This is a guest post from Samantha Veitch, our certified coach serving Nevada City and surrounding areas. Enjoy! xx Andrea

My EC journey with my first born has been an incredible ride. We’ve had many successes, lots of learning, and we’ve gone through a few potty pauses and come through the other side. However, we still struggle in one department.

One of the ‘easy’ catches, as taught by Andrea, has never been an easy catch for us, and that is poop. My son is now 14 months old and I am now finally coming to terms with the fact that I have a stealth pooper.

This is a good realization to have because I am no longer:

  1. beating myself up for missing signals that aren’t there and
  2. comparing my little one with babies who are obvious poopers or do not like sitting in their own poop.

My baby does not mind sitting in his own poop. They come out quick, so even if there is a small grunt involved, the poop is out before I can say ‘POTTY!” Rather than get angry and pull my hair out or just throw in the towel (I’m stubborn like that), I decided to go back to the basics, get crafty, and start listening to my intuition.

4 poop catching strategies

Here are my top 4 strategies for dealing with a “stealth pooper,” otherwise known as a baby who doesn’t signal or isn’t obvious when pooping. (You can also check out this blog post for dealing with a baby who doesn’t signal in general.)

  1. Use Natural Timing. What I mean by “going back to the basics” is spending time observing. For me this was paying attention to natural timing for poops. How often was he going and when? I did a few days of logging his poop times and natural timing after eating and waking, which is step one of learning the basics when you first start EC. You can download this log to try it for yourself. This was useful and showed me that he was actually kind of regular. What was creating all the irregularity was the erratic bedtime, meal times, and nap times! That leads me to the next important strategy….
Get in a schedule Stealth pooping 4 ways to deal with your stealth pooper
  1. Get on a Schedule. I realized that when we stuck to a routine, catching poops was a lot easier. When he was eating at the same time each day, his bowel movements would get on on a schedule, too! In the last few months he has been transitioning from 2 naps a day to 1 nap a day, which has been tricky to plan for, and it’s meant bedtime could be anywhere between 7pm and 9pm. This in turn affected his waking time, his first poop time, his eating time, etc.

    However, I feel we are on the brink of completing the transition and so NOW we are seeing the fruit of having somewhat of a routine in terms of naps and meals AND poops!

    Right now he needs to poop when he wakes. This is an easy catch as I just have to wait, all the pee happens, and then, more often than not, a big poop follows. Also with the one nap the 2nd poop comes right after the nap, and so, again, it’s a pee catch with some added patience needed to catch the 2nd poop - so easy! - we’re catching that nap wake-up pee anyway right?! And then he has a before-bed poop at around 7pm 80% of the time.

    With this nap transition, meal times for us all have become more structured, as we find it easier to make one meal for everyone. Keeping to a schedule for meal times is a little un-flow for us parents as we have always tended to eat at different times BUT we can actually see the benefit for us too, eating and preparing food before we are ravenous, with the added benefit of becoming more regular ourselves!

    To learn more about setting up your own age-dependent eating and sleep schedule I recommend the baby sleep site which is so very useful in providing an outline to build your day around - they have plenty of free resources to explore.

  2. Use Sign Language. We have been delving into baby sign language for the past 6 months and one of his first signs was ‘all done’, a cute little twisty hand gesture. He loves telling us ‘all done’ after eating. I started to ask if he was done when taking him to go potty and it’s been super useful for catching poops. It’s actually not so much when he tells us ‘all done’ that’s useful (because sometimes he is in fact not ‘all done’) BUT when he DOESN’T sign - then I know he has a poop coming and I can practice being patient and giving some extra time.
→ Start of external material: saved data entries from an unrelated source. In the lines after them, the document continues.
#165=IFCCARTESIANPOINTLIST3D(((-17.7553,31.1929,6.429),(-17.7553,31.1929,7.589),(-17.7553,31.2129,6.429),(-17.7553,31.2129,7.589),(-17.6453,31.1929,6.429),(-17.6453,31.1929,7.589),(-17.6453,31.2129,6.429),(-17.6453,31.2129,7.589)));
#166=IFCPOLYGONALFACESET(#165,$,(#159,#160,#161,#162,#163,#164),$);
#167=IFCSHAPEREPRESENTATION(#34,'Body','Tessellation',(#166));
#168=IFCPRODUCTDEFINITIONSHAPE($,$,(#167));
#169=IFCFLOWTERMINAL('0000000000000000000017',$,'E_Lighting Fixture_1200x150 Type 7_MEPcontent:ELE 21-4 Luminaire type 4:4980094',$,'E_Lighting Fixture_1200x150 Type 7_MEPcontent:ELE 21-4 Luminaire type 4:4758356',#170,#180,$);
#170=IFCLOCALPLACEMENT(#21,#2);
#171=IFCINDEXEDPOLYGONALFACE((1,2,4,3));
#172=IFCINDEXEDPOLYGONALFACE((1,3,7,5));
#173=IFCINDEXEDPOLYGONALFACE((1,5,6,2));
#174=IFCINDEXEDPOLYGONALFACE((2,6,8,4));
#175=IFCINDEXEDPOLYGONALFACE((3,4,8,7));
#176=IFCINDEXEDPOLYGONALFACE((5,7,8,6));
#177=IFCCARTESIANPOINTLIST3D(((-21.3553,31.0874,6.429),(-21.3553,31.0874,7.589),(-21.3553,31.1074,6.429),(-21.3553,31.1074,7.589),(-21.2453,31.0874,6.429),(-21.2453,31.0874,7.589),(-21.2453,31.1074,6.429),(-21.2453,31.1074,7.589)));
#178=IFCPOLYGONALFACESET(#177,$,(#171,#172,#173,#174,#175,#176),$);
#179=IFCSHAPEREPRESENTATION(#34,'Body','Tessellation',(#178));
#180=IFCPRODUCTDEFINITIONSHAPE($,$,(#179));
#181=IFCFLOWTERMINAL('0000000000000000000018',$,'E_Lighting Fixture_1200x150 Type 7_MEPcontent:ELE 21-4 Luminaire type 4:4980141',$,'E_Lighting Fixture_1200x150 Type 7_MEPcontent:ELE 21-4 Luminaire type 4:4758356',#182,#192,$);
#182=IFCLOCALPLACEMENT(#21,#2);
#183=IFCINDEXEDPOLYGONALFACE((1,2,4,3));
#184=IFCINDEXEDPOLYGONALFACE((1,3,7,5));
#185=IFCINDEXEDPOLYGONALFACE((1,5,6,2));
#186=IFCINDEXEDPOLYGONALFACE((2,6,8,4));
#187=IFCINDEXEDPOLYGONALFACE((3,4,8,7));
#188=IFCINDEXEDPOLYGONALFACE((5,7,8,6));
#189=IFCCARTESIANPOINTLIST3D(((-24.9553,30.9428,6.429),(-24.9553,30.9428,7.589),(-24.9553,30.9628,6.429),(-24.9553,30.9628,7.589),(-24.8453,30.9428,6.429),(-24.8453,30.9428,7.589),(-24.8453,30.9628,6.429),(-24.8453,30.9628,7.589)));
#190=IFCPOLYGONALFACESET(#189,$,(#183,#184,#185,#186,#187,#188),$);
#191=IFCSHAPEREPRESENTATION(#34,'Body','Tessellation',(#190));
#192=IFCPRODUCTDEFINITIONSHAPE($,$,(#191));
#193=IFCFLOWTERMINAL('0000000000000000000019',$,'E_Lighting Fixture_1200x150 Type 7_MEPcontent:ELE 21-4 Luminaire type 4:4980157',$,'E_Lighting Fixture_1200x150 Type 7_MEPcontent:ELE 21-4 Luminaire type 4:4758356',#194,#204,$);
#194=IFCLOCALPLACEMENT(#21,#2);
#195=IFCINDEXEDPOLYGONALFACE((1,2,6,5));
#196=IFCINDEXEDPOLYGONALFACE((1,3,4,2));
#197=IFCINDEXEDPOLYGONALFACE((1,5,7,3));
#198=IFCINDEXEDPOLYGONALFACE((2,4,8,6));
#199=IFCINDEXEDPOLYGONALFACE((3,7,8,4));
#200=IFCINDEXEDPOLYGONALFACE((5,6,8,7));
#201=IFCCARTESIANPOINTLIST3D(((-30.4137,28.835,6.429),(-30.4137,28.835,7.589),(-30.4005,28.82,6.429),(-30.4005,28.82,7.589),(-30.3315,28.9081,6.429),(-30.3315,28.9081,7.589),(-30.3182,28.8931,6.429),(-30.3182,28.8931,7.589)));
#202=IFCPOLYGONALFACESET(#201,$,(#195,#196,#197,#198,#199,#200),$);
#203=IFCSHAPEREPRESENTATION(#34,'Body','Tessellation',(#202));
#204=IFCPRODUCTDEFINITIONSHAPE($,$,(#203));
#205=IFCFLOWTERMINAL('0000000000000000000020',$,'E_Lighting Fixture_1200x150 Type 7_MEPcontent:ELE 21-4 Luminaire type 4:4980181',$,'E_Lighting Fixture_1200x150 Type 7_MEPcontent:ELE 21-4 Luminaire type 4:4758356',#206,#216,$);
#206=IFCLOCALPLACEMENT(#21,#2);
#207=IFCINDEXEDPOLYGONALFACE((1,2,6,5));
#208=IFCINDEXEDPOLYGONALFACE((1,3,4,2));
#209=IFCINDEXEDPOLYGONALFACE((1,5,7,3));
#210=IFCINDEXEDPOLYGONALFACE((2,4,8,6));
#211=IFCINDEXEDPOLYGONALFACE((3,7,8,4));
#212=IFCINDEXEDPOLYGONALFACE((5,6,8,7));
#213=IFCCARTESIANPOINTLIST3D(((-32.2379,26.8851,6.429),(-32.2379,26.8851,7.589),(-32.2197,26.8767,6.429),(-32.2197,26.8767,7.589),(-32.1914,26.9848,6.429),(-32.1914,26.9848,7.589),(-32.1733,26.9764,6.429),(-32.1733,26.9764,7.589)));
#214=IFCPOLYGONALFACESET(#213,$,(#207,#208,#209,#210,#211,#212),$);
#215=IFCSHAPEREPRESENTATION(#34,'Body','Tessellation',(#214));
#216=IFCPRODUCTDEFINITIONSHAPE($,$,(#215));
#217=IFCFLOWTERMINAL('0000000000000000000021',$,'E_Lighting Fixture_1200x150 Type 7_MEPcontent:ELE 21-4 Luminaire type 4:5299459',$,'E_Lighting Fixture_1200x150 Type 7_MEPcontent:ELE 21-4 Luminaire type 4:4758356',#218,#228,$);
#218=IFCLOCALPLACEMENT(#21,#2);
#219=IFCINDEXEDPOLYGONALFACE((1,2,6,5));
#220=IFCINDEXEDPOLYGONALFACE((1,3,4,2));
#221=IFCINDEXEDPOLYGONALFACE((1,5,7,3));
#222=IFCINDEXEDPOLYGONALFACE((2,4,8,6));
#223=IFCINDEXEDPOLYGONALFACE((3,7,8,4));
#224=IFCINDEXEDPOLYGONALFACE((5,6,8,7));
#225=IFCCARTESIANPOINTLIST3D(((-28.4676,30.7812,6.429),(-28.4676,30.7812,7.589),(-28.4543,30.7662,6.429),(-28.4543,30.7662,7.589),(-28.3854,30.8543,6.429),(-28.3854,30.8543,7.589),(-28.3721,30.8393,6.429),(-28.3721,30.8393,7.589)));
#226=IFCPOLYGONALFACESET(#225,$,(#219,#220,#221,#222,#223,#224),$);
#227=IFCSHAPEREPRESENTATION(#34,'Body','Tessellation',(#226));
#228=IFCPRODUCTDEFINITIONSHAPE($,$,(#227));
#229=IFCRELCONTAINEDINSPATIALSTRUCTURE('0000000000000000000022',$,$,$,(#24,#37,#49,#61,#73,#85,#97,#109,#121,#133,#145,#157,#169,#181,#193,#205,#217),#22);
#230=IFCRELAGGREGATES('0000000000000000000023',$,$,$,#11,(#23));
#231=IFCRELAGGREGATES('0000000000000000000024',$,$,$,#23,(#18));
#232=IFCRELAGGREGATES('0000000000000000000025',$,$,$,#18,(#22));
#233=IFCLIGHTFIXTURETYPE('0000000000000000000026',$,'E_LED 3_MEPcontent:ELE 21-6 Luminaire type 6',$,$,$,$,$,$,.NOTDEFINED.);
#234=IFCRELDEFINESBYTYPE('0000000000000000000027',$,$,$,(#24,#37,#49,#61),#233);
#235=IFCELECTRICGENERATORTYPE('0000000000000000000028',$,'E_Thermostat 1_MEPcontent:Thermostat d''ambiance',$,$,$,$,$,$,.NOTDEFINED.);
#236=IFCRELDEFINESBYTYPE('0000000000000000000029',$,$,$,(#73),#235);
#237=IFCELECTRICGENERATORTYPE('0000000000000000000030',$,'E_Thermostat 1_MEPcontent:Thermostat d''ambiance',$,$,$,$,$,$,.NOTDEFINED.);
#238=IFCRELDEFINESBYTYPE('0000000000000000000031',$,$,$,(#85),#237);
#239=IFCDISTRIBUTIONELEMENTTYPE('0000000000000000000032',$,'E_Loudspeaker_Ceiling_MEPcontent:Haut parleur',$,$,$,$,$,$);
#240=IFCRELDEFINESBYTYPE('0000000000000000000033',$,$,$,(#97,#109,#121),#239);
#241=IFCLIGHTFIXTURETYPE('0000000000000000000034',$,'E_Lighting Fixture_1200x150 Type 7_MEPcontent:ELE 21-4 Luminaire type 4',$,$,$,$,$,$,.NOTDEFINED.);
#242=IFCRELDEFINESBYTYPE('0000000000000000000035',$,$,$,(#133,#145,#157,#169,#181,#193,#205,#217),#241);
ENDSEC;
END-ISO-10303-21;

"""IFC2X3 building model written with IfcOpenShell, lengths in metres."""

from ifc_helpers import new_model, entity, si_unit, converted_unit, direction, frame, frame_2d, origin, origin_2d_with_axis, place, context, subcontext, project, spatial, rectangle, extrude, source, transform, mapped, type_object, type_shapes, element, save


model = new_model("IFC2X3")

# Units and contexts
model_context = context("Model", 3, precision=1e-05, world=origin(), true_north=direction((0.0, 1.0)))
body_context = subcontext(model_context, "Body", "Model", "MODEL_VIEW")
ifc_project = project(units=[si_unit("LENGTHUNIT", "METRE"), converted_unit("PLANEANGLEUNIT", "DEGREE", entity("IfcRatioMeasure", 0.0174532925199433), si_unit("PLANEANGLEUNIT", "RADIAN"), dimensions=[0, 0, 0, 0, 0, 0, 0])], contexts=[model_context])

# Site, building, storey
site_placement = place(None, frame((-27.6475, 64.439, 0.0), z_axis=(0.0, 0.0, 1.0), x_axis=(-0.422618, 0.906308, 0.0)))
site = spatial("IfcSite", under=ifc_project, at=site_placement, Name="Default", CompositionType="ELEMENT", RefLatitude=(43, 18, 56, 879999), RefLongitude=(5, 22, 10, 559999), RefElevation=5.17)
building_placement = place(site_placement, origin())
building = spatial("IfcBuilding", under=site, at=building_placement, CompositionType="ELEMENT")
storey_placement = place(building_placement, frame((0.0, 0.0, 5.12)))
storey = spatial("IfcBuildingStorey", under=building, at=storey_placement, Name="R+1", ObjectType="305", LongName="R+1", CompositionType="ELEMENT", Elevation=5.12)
    I am learning baby signing from Lane at Tinysigns who has some great printouts, a couple of books and a full course to get you started. Once they start picking up a few signs, which can take a little while, it makes pre-verbal communication so much easier - great for EC and pottying!
Surrender Stealth pooping 4 ways to deal with your stealth pooper
  1. Surrender. Of course when implementing all of this we still get caught up. Sometimes it’s papa not being patient, sometimes it’s an extra surprise poop, and sometimes our whole napping and feeding schedule gets turned around by some event or another. Our full transition to training pants has somewhat slowed down and we still have to clean cloth diapers (when we thought we wouldn’t be doing that anymore). Poop happens. And that’s ok. We are not perfect, our journey is full of ups and downs, and EC is a continual learning process. Just like life itself. What is important is that learning is happening, teaching is happening, and of course, nothing lasts forever - especially with babies.

So, I’m learning to ‘let go,’ laugh, and enjoy the poop at a time.

Can you relate? I’d love to hear from others who’ve also dealt with a stealth pooper. How did you navigate this and keep sane? Comment below!

P.S. here's the video version of this episode in case you prefer to Youtube it. ;)

samantha veitch

About samantha veitch

Samantha Veitch is a plant-based Maiden to Mother mentor, Ayurdoula, and a certified Go Diaper Free coach. She is fascinated with studying intact, earth-based cultures regarding childcare, ceremony, ritual, and women's health. She is dedicated to sustainable living and works with eco-conscious folk who want to eat more plants for the planet, parents who want to learn the tribal way of potty training, and mamas who want to tend deeply to their own health and healing.


  1. Avatar Hannah on September 1, 2020 at 6:25 am

    Oh my word! This is 100% my son. I could literally be sitting right in front of him watching his face and not realize he’d pooped until I checked. And he could easily go a week without pooping, giving me virtually no practice at reading his (lack of) cues. He’s definitely easier to read (and more much regular) now that he’s on solids, but still, catching poops has been a major frustration that I always felt should have been “easy”. Knowing that other people struggle with the same issues inspires me to get back into EC more intentionally again. I shall try to work on his schedule and log poop times. Thanks!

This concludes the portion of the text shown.